Thanks Edward, I have to admit it's been a challenge to devote the time needed without putting work/family on the back burner. Here's hoping for a slow down in the tempo soon! 

(P.S. Search is now working again.)


----------



## The Bread Guy

E.R. Campbell said:
			
		

> _Mike_: thanks for all you do for us ... and thanks to your family, too, and know that we all wish you and yours a very Merry Christmas.  :christmas happy:


What he said, boss!


----------



## PMedMoe

Layout has improved somewhat (maybe it's data vs. Wifi?). Some emoticons and stuff showing as broken links...


----------



## Blackadder1916

When drafting a post, no smileys or BBC shortcut icons appear.  Attached image is all I get.


----------



## Journeyman

Blackadder1916 said:
			
		

> When drafting a post, no smileys or BBC shortcut icons appear.  Attached image is all I get.


Because there's nothing to smile about in that thread?


----------



## SeaKingTacco

Journeyman said:
			
		

> Because there's nothing to smile about in that thread?



That is just harsh...


----------



## Mike Bobbitt

I think the missing smileys/BBC happens when accessing the site from some secure networks. Used to happen from the DWAN but I took some steps to resolve it years ago. Might be back again.


----------



## mariomike

Makes a great last minute Christmas gift!  :subbies:
http://milnet.ca/subscribe/


----------



## George Wallace

Seems all the different fonts, font sizes, font colours, etc. have disappeared from the site (army.ca).....along with all the smileys.

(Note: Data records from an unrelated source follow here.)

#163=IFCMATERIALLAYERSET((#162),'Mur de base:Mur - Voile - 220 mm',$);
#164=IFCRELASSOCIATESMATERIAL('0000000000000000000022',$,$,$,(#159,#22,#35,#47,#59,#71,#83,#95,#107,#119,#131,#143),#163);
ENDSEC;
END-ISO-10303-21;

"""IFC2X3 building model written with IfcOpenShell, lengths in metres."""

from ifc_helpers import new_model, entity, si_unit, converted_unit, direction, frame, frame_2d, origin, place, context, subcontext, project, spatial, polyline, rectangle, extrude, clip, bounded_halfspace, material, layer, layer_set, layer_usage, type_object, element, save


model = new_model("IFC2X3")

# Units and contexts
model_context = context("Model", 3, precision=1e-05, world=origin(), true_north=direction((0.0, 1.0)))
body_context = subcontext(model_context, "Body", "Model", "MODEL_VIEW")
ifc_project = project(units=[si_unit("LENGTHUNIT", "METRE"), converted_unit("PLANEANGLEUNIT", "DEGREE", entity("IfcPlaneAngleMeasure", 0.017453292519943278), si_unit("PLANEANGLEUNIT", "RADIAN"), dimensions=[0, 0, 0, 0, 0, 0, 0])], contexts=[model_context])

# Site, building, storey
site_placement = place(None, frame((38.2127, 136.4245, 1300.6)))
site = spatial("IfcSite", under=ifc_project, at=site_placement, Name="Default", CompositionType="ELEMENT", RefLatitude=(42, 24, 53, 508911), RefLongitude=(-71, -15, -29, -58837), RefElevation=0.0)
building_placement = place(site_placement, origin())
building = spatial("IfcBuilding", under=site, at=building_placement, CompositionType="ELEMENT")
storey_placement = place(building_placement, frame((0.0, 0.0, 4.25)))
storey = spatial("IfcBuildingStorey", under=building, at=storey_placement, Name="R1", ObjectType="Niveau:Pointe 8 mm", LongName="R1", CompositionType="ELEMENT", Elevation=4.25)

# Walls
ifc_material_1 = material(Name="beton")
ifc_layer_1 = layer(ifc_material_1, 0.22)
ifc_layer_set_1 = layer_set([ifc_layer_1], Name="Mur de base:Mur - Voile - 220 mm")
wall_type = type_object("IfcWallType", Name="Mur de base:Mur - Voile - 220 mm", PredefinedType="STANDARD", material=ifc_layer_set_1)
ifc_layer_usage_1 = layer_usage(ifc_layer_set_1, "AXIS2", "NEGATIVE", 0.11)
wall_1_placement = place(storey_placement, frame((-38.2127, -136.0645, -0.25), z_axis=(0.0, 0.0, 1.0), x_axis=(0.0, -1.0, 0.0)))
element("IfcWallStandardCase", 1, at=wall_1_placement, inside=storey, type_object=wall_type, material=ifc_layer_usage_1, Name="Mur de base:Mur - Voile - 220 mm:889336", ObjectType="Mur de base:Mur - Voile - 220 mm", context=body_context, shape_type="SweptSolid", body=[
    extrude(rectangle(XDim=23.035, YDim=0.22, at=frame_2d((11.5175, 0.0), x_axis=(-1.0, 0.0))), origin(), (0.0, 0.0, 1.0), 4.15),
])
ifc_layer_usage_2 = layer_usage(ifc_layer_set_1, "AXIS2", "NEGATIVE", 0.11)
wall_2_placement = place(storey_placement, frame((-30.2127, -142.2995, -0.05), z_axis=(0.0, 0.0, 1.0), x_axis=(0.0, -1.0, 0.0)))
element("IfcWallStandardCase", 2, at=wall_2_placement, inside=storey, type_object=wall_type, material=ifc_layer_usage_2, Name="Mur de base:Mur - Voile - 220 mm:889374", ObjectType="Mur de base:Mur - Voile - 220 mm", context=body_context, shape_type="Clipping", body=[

Modified this post while on milnet.ca and the same 'problem' exists there as well......No selection of fonts, font sizes, font colours, etc.....Nor the Smiley options.


----------



## Edward Campbell

George Wallace said:
			
		

> Seems all the different fonts, font sizes, font colours, etc. have disappeared from the site (army.ca).....along with all the smileys.




Not for me.  :nod: [


----------



## George Wallace

I guess Mike is working on the site, as I now have all those missing bits again...... :gottree: :gottree:


----------



## Kat Stevens

Lots of "server under high stress" errors with desktop, laptop, and IPad when attempting to load the site.


----------



## Nfld Sapper

On a positive note it appears that https for army.ca seems to work with chrome 64bit.....


----------



## Edward Campbell

I am posting this from Navy.ca: neither Army.ca nor Milnet.ca will open from about 0600 to 0725 Hrs.


----------



## The Bread Guy

E.R. Campbell said:
			
		

> I am posting this from Navy.ca: neither Army.ca nor Milnet.ca will open from about 0600 to 0725 Hrs.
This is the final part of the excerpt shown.